If anything I’m promoting questioning the assumptions. And hopefully I’m promoting a conversation amongst individuals after they see the film. We tend to think that these things have been set in stone, but attitudes about sex and family and relationships are changing all the time. Just look at the last 100 years. If you look at the 50s compared to the 60s, compared to the 80s, you know you’ll have completely different social mores and attitudes about these issues. They depend not only on religion as we discussed, but on the country you’re in, on sexual health issues, sexually transmitted diseases like HIV, and things like the emergence of the birth control pill, and people rebelling against the morals they were handed down. So I think it would be really presumptuous of me to prescribe one answer, but I think that if I can help expand people’s vocabulary for thinking about these things, then I will have succeeded.
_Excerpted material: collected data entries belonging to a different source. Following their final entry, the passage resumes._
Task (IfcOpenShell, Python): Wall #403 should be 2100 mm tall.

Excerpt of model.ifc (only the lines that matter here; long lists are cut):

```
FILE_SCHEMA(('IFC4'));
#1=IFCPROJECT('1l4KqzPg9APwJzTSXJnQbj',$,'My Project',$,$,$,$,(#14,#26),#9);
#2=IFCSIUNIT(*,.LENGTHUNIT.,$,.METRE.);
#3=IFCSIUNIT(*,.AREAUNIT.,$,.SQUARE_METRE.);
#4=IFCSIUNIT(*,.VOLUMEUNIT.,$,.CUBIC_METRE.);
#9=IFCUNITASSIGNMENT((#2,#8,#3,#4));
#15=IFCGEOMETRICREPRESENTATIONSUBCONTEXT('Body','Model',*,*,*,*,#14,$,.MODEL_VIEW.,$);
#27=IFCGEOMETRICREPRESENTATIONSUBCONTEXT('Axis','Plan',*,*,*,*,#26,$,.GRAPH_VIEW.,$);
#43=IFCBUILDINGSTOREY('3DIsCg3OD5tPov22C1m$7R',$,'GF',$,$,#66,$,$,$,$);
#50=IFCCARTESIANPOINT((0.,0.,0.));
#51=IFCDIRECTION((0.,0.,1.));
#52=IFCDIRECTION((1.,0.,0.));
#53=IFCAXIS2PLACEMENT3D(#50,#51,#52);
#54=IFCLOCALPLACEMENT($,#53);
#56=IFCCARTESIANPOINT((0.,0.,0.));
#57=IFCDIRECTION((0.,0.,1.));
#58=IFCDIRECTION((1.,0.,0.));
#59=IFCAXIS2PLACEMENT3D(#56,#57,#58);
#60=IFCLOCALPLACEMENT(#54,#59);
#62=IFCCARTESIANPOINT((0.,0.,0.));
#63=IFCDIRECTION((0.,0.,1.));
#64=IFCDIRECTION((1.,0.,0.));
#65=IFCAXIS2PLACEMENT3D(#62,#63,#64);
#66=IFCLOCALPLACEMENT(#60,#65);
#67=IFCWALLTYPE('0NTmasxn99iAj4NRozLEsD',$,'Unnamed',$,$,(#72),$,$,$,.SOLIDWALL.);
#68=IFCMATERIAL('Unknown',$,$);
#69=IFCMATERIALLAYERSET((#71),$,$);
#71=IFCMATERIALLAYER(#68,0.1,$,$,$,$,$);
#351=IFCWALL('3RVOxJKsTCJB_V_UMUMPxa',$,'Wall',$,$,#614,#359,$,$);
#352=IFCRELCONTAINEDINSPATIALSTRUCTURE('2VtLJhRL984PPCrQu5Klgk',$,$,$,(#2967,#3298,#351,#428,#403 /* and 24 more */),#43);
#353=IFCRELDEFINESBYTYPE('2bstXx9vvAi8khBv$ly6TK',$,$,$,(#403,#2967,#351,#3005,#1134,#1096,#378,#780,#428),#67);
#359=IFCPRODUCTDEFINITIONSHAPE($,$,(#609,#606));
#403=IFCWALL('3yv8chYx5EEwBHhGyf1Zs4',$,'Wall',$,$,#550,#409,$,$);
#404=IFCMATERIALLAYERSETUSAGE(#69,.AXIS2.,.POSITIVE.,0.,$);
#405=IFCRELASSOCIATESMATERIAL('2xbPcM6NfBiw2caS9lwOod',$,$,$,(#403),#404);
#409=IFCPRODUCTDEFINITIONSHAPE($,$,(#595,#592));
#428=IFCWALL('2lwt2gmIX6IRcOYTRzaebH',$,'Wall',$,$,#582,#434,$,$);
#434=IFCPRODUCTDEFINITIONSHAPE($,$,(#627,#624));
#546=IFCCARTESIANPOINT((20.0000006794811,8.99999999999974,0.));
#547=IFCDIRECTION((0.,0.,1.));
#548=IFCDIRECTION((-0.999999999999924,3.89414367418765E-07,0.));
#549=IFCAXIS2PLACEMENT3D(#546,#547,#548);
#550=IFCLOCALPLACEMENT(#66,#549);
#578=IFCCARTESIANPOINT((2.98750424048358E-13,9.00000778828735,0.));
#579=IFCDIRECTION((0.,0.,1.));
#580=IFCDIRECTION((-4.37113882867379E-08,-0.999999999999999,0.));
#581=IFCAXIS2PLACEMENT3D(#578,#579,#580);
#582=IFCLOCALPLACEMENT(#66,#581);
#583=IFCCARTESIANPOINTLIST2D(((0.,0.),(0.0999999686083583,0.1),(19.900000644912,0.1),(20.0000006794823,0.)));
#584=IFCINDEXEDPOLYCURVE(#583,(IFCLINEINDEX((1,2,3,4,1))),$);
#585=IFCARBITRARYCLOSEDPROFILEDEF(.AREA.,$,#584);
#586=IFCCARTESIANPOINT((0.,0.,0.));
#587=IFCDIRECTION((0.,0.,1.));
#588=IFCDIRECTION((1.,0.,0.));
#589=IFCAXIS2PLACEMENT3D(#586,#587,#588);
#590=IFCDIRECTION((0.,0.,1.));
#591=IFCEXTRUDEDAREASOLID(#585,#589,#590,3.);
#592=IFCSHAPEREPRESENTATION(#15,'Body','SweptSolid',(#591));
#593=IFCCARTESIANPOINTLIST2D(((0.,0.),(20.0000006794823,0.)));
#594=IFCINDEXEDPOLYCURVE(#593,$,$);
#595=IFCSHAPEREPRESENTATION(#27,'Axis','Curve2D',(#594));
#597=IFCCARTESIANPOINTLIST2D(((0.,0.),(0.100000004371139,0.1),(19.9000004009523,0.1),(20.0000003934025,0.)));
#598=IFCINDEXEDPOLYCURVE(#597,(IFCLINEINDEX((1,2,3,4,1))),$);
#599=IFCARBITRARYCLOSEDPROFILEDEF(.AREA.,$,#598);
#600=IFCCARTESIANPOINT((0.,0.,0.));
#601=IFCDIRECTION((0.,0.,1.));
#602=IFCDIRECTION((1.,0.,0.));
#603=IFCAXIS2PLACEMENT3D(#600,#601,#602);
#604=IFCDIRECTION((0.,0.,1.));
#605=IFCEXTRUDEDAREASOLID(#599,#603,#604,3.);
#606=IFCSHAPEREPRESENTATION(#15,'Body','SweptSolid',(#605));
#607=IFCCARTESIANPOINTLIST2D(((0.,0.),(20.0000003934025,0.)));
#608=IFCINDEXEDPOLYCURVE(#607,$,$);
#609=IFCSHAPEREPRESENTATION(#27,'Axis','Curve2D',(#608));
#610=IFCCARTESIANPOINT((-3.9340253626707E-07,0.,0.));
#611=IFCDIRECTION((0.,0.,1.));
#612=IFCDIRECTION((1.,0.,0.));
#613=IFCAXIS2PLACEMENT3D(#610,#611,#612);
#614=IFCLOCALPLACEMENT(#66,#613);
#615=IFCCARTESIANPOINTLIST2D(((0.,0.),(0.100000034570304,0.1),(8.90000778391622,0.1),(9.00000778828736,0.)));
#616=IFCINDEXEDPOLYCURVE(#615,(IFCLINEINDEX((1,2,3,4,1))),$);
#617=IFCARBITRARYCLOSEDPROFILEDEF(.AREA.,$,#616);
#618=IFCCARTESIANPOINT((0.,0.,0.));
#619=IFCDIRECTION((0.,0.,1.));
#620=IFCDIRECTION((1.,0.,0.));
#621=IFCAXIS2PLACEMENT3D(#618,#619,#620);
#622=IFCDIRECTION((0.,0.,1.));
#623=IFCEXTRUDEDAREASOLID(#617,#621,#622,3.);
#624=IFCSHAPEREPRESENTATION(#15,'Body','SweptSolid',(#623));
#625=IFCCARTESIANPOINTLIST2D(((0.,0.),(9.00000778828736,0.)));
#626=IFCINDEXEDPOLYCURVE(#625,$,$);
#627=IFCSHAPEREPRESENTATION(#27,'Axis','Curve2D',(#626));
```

```python
import ifcopenshell
import ifcopenshell.geom
import ifcopenshell.util.representation
import ifcopenshell.util.shape

model = ifcopenshell.open("model.ifc")
settings = ifcopenshell.geom.settings()


def volume(element):
    """Net volume in cubic metres, openings subtracted."""
    shape = ifcopenshell.geom.create_shape(settings, element)
    return ifcopenshell.util.shape.get_volume(shape.geometry)


wall = model.by_guid("3yv8chYx5EEwBHhGyf1Zs4")
before = volume(wall)

body = ifcopenshell.util.representation.get_representation(wall, "Model", "Body")
solid = body.Items[0]
old_height = solid.Depth
solid.Depth = 2.1
after = volume(wall)

print(f"height {old_height:g} -> {solid.Depth:g}, volume {before:.3f} -> {after:.3f} m3")

model.write("model_updated.ifc")
```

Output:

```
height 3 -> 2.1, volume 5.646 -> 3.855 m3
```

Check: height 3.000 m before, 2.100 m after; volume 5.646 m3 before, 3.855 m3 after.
Your Kickstarter campaign for “Monigamish” was very successful. Did you expect it to be so supported?
This campaign validated for me that this was an important topic to be exploring. And it just reminded me of the responsibility I have to treat it seriously. We were trying to raise $35 000, which I at first thought was too ambitious, and I was worried that we were never going to reach it, but we reached that goal in around four days. We had over 500 backers and most of them were total strangers. So I just realized that this is a topic that touches everybody.
You speak several different languages and we really enjoy following your travel adventures featured on your blog. Any specific place that has inspired you the most?
I speak Spanish, Italian, and French. Of course, Spain has inspired me a lot. I mean, everywhere that I’ve been to… I was in Bhutan last year, and it was incredible. I try to travel as much as possible, because I think once you become complacent in a place – you don’t pay as much attention. When you travel, your antennas are up and your senses are all heightened. It’s important to travel a lot and see the world through fresh eyes.
Are there any filmmakers that inspire you?
As I said, people like Werner Herzog and Dziga Vertov; Errol Morris is an amazing filmmaker who I look up to very much. That’s just for documentaries. There are so many! I spent years, in my twenties especially, watching thousands and thousands of movies. And all of that hopefully helped me develop a language and a vocabulary of filmmaking, which I hope is developing into a unique style and point of view.